I can’t believe I’m only going to be living here for another week! Looking back, I got used to the nuances of living in Lacoste pretty quickly. The bell tower that chimes once on the hour and once five minutes past, the never-ending hill-and-stairs-climbing, the finicky water temperature in our shower, long, leisurely meals at regular hours (8, 12, and 7). I got used to passing sign after sign I could not comprehend and strangers carrying on conversations I could not hope to overhear. It will be strange to return to the U.S. and be able to understand everything spoken to me and to recognize most words and symbols I encounter. From our explorations I have gathered what certain words mean – sortie (exit), lavage (wash), piscine (pool). Yet I have hardly made a dent. Now I find myself wishing I had taken Spanish or French in high school. Latin is so… irrelevant. Only because not being able to speak it while learning it prevented any deep rooting of the language in my brain. Translating is not the same as holding a conversation. That is what I long to do the most: to have a conversation – to express myself in another language. That is the ultimate “other side” of this language struggle.

This week I have been absorbed in the finer details of my brother’s stay in Thailand and my stay in Lacoste: a massive Excel spreadsheet of data points, a file of pictures that signify identity, home, and place, and a Word document of stories. All for comparing our parallel and simultaneous international experiences (on opposite sides of the world). For my final book project in Book Arts. Fascinating. Soon I will be looking up at that familiar RDU airport ceiling, racing toward the exit (well, maybe not racing with all the baggage!) to find Mason, Mom, and Dad. I can’t even imagine. I can’t wait.

I wonder how things will be different.
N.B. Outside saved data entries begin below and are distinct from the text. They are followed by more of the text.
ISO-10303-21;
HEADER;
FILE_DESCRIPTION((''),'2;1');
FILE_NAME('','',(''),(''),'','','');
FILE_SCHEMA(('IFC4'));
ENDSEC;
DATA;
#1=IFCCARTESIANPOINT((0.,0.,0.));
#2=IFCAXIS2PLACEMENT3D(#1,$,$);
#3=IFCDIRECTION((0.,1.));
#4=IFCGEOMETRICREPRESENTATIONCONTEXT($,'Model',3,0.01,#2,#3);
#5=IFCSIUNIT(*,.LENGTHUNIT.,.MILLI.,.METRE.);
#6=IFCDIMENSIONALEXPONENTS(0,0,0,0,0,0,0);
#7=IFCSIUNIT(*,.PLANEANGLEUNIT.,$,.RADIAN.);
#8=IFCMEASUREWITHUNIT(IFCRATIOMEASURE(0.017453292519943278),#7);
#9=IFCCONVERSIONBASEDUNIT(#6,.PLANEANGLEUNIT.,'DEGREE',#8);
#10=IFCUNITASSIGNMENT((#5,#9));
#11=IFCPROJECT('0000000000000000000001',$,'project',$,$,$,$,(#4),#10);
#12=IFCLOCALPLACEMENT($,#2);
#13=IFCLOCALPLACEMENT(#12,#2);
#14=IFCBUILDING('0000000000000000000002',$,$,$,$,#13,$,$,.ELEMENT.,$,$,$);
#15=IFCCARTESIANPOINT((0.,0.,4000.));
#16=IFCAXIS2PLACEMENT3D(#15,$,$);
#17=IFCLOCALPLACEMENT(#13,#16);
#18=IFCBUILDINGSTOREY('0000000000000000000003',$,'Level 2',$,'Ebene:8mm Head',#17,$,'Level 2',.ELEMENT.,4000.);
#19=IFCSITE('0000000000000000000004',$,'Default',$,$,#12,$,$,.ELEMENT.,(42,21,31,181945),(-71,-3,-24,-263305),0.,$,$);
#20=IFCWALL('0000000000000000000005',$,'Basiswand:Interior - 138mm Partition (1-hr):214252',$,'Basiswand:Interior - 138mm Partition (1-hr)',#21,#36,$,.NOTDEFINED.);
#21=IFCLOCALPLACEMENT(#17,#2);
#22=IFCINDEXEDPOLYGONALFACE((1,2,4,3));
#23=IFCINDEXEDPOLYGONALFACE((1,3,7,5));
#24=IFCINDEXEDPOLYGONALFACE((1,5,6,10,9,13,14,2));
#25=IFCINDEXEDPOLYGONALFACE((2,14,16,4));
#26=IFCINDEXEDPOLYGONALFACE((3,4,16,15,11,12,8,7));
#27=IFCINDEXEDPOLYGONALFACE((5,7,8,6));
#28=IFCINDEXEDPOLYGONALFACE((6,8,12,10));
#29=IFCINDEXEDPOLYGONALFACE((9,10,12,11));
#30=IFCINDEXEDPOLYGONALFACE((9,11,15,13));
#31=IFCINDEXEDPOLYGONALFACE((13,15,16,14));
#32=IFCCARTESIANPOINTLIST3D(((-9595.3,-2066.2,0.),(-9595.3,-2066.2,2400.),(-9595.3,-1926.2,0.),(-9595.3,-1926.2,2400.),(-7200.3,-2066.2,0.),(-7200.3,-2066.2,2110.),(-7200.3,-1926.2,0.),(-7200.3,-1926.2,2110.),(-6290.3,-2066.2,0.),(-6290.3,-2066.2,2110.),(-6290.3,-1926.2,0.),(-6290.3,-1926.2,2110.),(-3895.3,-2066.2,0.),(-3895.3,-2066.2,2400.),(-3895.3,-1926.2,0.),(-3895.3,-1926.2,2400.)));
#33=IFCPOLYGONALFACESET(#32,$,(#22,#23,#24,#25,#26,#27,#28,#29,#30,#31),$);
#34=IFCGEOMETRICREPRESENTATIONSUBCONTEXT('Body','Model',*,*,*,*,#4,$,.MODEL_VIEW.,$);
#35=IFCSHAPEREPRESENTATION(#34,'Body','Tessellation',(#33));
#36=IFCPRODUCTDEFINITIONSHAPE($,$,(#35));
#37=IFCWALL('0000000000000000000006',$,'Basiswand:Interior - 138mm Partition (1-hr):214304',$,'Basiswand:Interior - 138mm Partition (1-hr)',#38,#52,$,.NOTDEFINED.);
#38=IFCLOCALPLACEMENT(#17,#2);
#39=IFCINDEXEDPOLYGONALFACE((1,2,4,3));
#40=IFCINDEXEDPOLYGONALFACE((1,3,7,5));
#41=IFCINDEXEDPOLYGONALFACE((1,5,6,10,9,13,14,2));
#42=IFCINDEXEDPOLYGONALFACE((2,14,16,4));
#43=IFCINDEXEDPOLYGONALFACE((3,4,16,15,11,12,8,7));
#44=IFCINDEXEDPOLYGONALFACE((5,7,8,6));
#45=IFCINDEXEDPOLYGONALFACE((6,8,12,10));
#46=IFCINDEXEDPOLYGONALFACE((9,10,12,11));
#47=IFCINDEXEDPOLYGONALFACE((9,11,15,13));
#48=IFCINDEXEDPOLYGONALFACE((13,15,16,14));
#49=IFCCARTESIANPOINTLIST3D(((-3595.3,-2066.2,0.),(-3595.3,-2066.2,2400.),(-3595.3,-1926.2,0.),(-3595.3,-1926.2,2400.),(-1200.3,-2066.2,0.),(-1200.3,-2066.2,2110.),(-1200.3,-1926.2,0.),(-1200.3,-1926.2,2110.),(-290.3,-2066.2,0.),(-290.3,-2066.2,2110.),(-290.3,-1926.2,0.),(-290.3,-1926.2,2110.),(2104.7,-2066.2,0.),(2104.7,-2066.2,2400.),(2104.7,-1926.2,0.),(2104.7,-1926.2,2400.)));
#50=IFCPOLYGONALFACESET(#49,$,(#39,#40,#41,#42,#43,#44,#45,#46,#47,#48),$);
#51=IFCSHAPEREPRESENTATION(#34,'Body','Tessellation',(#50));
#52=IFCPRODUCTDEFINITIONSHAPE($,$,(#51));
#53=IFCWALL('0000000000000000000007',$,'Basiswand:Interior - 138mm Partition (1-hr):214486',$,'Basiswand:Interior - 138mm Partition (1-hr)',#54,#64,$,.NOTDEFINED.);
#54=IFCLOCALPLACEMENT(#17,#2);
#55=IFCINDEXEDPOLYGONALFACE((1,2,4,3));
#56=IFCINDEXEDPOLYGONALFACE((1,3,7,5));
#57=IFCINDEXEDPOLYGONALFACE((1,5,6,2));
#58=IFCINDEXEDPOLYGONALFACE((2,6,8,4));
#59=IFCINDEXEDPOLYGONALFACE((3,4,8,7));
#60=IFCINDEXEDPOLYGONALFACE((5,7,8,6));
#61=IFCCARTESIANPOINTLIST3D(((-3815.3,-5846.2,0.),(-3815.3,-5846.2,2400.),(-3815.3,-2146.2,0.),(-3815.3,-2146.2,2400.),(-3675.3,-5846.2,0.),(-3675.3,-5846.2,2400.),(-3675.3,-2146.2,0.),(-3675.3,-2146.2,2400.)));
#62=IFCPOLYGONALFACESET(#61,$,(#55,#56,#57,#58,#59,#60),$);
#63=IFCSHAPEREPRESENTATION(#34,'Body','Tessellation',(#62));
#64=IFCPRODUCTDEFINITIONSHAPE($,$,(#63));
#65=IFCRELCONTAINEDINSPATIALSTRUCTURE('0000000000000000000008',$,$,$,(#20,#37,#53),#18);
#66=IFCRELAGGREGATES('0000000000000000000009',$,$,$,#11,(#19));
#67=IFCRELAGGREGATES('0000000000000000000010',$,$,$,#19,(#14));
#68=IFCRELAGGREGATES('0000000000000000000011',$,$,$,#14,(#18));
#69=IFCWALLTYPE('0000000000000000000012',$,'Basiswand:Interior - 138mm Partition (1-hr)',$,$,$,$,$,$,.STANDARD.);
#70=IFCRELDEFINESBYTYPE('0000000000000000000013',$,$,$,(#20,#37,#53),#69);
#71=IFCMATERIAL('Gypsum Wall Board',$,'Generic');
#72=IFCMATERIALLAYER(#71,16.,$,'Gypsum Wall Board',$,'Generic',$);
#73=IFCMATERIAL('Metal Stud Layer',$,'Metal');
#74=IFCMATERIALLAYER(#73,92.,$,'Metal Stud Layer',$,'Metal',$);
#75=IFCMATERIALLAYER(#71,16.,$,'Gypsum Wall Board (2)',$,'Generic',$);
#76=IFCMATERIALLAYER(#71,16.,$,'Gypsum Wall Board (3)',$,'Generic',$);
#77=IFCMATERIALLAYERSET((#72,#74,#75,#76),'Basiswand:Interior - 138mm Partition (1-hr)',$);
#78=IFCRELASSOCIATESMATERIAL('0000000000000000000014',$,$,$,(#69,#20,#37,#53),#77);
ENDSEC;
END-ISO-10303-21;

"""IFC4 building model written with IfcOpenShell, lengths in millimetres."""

from ifc_helpers import new_model, entity, si_unit, converted_unit, direction, frame, frame_2d, origin, place, context, subcontext, project, spatial, rectangle, extrude, material, layer, layer_set, layer_usage, type_object, element, save


model = new_model("IFC4")

# Units and contexts
model_context = context("Model", 3, precision=0.01, world=origin(), true_north=direction((0.0, 1.0)))
body_context = subcontext(model_context, "Body", "Model", "MODEL_VIEW")
ifc_project = project(units=[si_unit("LENGTHUNIT", "METRE", prefix="MILLI"), converted_unit("PLANEANGLEUNIT", "DEGREE", entity("IfcRatioMeasure", 0.017453292519943278), si_unit("PLANEANGLEUNIT", "RADIAN"), dimensions=[0, 0, 0, 0, 0, 0, 0])], contexts=[model_context])

# Site, building, storey
site_placement = place(None, origin())
site = spatial("IfcSite", under=ifc_project, at=site_placement, Name="Default", CompositionType="ELEMENT", RefLatitude=(42, 21, 31, 181945), RefLongitude=(-71, -3, -24, -263305), RefElevation=0.0)
building_placement = place(site_placement, origin())
building = spatial("IfcBuilding", under=site, at=building_placement, CompositionType="ELEMENT")
storey_placement = place(building_placement, frame((0.0, 0.0, 4000.0)))
storey = spatial("IfcBuildingStorey", under=building, at=storey_placement, Name="Level 2", ObjectType="Ebene:8mm Head", LongName="Level 2", CompositionType="ELEMENT", Elevation=4000.0)

# Shared definitions
ifc_material_1 = material(Name="Gypsum Wall Board", Category="Generic")
ifc_layer_1 = layer(ifc_material_1, 16.0, Name="Gypsum Wall Board", Category="Generic")
ifc_material_2 = material(Name="Metal Stud Layer", Category="Metal")
ifc_layer_2 = layer(ifc_material_2, 92.0, Name="Metal Stud Layer", Category="Metal")
ifc_layer_3 = layer(ifc_material_1, 16.0, Name="Gypsum Wall Board (2)", Category="Generic")
ifc_layer_4 = layer(ifc_material_1, 16.0, Name="Gypsum Wall Board (3)", Category="Generic")
ifc_layer_set_1 = layer_set([ifc_layer_1, ifc_layer_2, ifc_layer_3, ifc_layer_4], Name="Basiswand:Interior - 138mm Partition (1-hr)")
wall_type_1 = type_object("IfcWallType", Name="Basiswand:Interior - 138mm Partition (1-hr)", PredefinedType="STANDARD", material=ifc_layer_set_1)

# Walls, openings
ifc_layer_usage_1 = layer_usage(ifc_layer_set_1, "AXIS2", "NEGATIVE", 70.0)
wall_1_placement = place(storey_placement, frame((-9595.3, -1996.2, 0.0)))
wall_1 = element("IfcWall", 1, at=wall_1_placement, inside=storey, type_object=wall_type_1, material=ifc_layer_usage_1, Name="Basiswand:Interior - 138mm Partition (1-hr):214252", ObjectType="Basiswand:Interior - 138mm Partition (1-hr)", PredefinedType="NOTDEFINED", context=body_context, shape_type="SweptSolid", body=[
    extrude(rectangle(XDim=5700.0, YDim=140.0, at=frame_2d((2850.0, 0.0), x_axis=(1.0, 0.0))), origin(), (0.0, 0.0, 1.0), 2400.0),
])
opening_1_placement = place(wall_1_placement, frame((3305.0, 70.0, 0.0)))
element("IfcOpeningElement", 2, at=opening_1_placement, cuts=wall_1, PredefinedType="OPENING", context=body_context, shape_type="SweptSolid", body=[
    extrude(rectangle(XDim=2110.0, YDim=910.0, at=frame_2d((1055.0, 455.0), x_axis=(1.0, 0.0))), frame((0.0, 0.0, 0.0), z_axis=(0.0, -1.0, 0.0), x_axis=(0.0, 0.0, 1.0)), (0.0, 0.0, 1.0), 140.0),
])
ifc_layer_usage_2 = layer_usage(ifc_layer_set_1, "AXIS2", "NEGATIVE", 70.0)
wall_2_placement = place(storey_placement, frame((-3595.3, -1996.2, 0.0)))
wall_2 = element("IfcWall", 3, at=wall_2_placement, inside=storey, type_object=wall_type_1, material=ifc_layer_usage_2, Name="Basiswand:Interior - 138mm Partition (1-hr):214304", ObjectType="Basiswand:Interior - 138mm Partition (1-hr)", PredefinedType="NOTDEFINED", context=body_context, shape_type="SweptSolid", body=[
    extrude(rectangle(XDim=5700.0, YDim=140.0, at=frame_2d((2850.0, 0.0), x_axis=(1.0, 0.0))), origin(), (0.0, 0.0, 1.0), 2400.0),
])
opening_2_placement = place(wall_2_placement, frame((3305.0, 70.0, 0.0)))
element("IfcOpeningElement", 4, at=opening_2_placement, cuts=wall_2, PredefinedType="OPENING", context=body_context, shape_type="SweptSolid", body=[
    extrude(rectangle(XDim=2110.0, YDim=910.0, at=frame_2d((1055.0, 455.0), x_axis=(1.0, 0.0))), frame((0.0, 0.0, 0.0), z_axis=(0.0, -1.0, 0.0), x_axis=(0.0, 0.0, 1.0)), (0.0, 0.0, 1.0), 140.0),
])

# Wall
ifc_layer_usage_3 = layer_usage(ifc_layer_set_1, "AXIS2", "NEGATIVE", 70.0)
wall_3_placement = place(storey_placement, frame((-3745.3, -2146.2, 0.0), z_axis=(0.0, 0.0, 1.0), x_axis=(0.0, -1.0, 0.0)))
element("IfcWall", 5, at=wall_3_placement, inside=storey, type_object=wall_type_1, material=ifc_layer_usage_3, Name="Basiswand:Interior - 138mm Partition (1-hr):214486", ObjectType="Basiswand:Interior - 138mm Partition (1-hr)", PredefinedType="NOTDEFINED", context=body_context, shape_type="SweptSolid", body=[
    extrude(rectangle(XDim=3700.0, YDim=140.0, at=frame_2d((1850.0, 0.0), x_axis=(-1.0, 0.0))), origin(), (0.0, 0.0, 1.0), 2400.0),
])

save(model, "model.ifc")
There is a faulty thought floating around in my brain: that when I return to the U.S., there will be nothing unexpected to experience. France is bursting at the seams with newness – when we drove to St. Saturnin, I stuck my head out the window, taking in the scent of freshly-cut grass, watching the afternoon sunlight on the gently waving fields of the richest green color. I am told it is wheat. It looks like water when the wind moves through it. I stuck my hand out the window and let the tall weeds give my fingers a momentary sting as we drove by. We passed big French houses tucked far away from the road at the intersections of fields, hidden behind walls of trimmed hedge. I saw a modest house with a front yard perfect for summertime fireflies and quiet afternoons spent on a quilt with a book. White laundry on the line.

Every time we go driving, the scenes that pass outside my window are discoveries. Stories spin in my head. Odd memories surface. When I saw the tall wheat blowing, I remembered one of the last adventures Mason and I had this summer, trekking through neighborhood yards (through the tall grass) – going nowhere in particular. So late in the day.
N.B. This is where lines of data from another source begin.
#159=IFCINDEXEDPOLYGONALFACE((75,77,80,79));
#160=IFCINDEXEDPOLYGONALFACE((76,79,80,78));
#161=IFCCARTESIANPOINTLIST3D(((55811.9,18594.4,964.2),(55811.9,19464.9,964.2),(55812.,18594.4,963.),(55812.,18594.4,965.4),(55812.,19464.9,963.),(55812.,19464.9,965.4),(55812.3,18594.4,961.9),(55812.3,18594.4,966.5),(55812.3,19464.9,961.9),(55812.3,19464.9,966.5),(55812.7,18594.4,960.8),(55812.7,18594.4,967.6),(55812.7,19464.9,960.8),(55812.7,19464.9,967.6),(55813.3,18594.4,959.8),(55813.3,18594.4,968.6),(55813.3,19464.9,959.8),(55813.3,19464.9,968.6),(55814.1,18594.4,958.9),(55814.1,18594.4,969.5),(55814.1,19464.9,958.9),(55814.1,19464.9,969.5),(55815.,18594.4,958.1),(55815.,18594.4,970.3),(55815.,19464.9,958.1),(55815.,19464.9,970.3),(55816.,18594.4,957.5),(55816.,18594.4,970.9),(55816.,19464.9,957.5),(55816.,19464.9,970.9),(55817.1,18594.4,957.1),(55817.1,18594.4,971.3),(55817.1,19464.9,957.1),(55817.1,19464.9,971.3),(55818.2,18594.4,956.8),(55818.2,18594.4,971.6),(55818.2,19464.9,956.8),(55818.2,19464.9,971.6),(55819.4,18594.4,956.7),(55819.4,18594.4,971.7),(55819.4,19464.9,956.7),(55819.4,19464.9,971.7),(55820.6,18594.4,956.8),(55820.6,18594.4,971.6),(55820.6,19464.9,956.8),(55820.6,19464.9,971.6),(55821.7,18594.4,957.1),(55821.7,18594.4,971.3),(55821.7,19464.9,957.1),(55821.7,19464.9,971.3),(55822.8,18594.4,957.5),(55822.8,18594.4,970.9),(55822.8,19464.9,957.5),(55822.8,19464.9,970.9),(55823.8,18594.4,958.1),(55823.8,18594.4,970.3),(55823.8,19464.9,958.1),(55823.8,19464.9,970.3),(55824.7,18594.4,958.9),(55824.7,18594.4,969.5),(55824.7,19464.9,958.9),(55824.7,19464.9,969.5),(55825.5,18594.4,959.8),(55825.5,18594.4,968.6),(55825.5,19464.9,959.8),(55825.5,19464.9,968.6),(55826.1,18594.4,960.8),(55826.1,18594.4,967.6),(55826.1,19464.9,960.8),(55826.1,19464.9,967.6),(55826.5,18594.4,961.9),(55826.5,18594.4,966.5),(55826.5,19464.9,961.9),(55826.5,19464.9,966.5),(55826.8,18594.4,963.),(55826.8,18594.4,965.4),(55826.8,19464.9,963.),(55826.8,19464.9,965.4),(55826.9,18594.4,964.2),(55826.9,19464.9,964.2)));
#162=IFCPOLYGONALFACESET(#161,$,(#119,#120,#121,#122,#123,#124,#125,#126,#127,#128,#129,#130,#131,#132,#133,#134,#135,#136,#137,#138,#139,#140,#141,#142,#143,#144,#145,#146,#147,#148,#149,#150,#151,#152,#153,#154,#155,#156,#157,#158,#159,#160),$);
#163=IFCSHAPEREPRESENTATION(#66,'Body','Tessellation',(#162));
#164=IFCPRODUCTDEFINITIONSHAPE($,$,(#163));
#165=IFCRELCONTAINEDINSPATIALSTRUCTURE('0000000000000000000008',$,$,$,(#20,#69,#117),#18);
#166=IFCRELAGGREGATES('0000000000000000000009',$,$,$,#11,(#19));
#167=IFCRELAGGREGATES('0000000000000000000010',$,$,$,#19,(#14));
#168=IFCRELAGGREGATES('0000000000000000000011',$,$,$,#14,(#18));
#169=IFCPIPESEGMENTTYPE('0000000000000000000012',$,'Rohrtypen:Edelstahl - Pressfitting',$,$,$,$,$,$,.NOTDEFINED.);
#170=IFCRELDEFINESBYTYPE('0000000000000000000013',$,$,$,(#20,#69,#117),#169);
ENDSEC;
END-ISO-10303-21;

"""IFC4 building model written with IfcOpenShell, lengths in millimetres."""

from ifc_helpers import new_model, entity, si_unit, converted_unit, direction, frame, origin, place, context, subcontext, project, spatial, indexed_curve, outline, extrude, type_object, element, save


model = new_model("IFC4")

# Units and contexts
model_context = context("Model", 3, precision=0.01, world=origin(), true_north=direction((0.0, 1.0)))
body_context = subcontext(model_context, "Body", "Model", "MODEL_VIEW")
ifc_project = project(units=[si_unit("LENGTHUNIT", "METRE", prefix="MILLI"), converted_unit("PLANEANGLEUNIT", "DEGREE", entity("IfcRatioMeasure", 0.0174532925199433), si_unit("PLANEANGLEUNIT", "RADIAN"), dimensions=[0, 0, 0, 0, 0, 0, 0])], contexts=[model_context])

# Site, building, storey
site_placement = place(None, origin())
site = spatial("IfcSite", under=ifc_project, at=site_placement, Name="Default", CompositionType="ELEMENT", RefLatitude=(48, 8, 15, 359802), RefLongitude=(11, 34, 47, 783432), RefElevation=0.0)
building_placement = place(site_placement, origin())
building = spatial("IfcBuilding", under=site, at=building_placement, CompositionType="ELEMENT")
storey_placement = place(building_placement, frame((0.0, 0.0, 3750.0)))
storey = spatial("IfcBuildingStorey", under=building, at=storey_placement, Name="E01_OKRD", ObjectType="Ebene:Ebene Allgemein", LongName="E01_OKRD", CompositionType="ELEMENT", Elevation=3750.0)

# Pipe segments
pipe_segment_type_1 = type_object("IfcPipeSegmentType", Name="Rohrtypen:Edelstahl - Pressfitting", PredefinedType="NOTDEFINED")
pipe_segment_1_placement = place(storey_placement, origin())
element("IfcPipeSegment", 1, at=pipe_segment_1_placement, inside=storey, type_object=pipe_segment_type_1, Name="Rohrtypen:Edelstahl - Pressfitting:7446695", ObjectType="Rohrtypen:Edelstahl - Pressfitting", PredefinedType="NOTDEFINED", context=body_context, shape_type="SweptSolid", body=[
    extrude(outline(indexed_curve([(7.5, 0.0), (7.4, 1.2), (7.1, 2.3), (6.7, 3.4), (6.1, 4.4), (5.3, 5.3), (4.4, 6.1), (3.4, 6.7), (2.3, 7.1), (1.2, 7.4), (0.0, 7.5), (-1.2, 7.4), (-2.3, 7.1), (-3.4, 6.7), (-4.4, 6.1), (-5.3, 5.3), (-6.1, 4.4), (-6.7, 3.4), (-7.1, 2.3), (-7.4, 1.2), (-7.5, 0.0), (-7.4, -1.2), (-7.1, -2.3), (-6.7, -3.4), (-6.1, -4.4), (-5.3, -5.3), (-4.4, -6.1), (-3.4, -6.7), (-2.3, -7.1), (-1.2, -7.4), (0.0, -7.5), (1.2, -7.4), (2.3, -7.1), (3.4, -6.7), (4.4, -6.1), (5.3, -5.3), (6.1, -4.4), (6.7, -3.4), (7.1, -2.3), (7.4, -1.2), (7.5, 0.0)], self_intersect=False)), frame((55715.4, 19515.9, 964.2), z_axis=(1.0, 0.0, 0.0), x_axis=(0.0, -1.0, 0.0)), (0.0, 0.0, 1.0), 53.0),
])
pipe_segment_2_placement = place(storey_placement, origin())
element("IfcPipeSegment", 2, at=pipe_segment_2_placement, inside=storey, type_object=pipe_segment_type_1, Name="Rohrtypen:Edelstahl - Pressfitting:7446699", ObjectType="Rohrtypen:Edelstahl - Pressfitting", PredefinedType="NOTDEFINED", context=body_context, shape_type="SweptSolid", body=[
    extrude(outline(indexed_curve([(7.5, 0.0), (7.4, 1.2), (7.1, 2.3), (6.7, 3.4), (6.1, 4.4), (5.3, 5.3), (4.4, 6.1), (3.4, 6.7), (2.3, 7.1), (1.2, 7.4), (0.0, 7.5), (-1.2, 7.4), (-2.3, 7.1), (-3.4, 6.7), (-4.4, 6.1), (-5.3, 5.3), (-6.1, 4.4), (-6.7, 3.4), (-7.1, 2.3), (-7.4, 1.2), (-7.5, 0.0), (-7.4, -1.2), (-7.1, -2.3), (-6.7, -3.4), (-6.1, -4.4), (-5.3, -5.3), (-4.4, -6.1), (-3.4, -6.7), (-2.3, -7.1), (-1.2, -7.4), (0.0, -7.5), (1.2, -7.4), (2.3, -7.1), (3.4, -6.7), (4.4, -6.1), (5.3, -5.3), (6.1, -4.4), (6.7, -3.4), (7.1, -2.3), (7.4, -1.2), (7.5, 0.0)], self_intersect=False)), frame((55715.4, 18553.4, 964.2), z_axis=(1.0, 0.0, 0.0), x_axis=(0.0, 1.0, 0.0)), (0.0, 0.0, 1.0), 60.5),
It is wrong for me to think there are no adventures left for me in the States. Everything in France is an adventure! But that doesn’t make everything back home mundane. Far from it. I’ll just have a new set of eyes I’ll be looking through. International-style.

I can’t wait to see how my time here affects the different facets of my life. My daily routines, my dreams for the future, little details like the narrow water glasses we use in the cafĂ© and the lace that gracefully adds privacy to windows, my diet (the amount of fruit I’ve been eating!), and the way I interact with foreigners in my own country. My time living and studying in France, in a way, has carved this space for new adventures back home. Because nothing will ever be the same. Not since I’ve experienced life in another country so much different than my own.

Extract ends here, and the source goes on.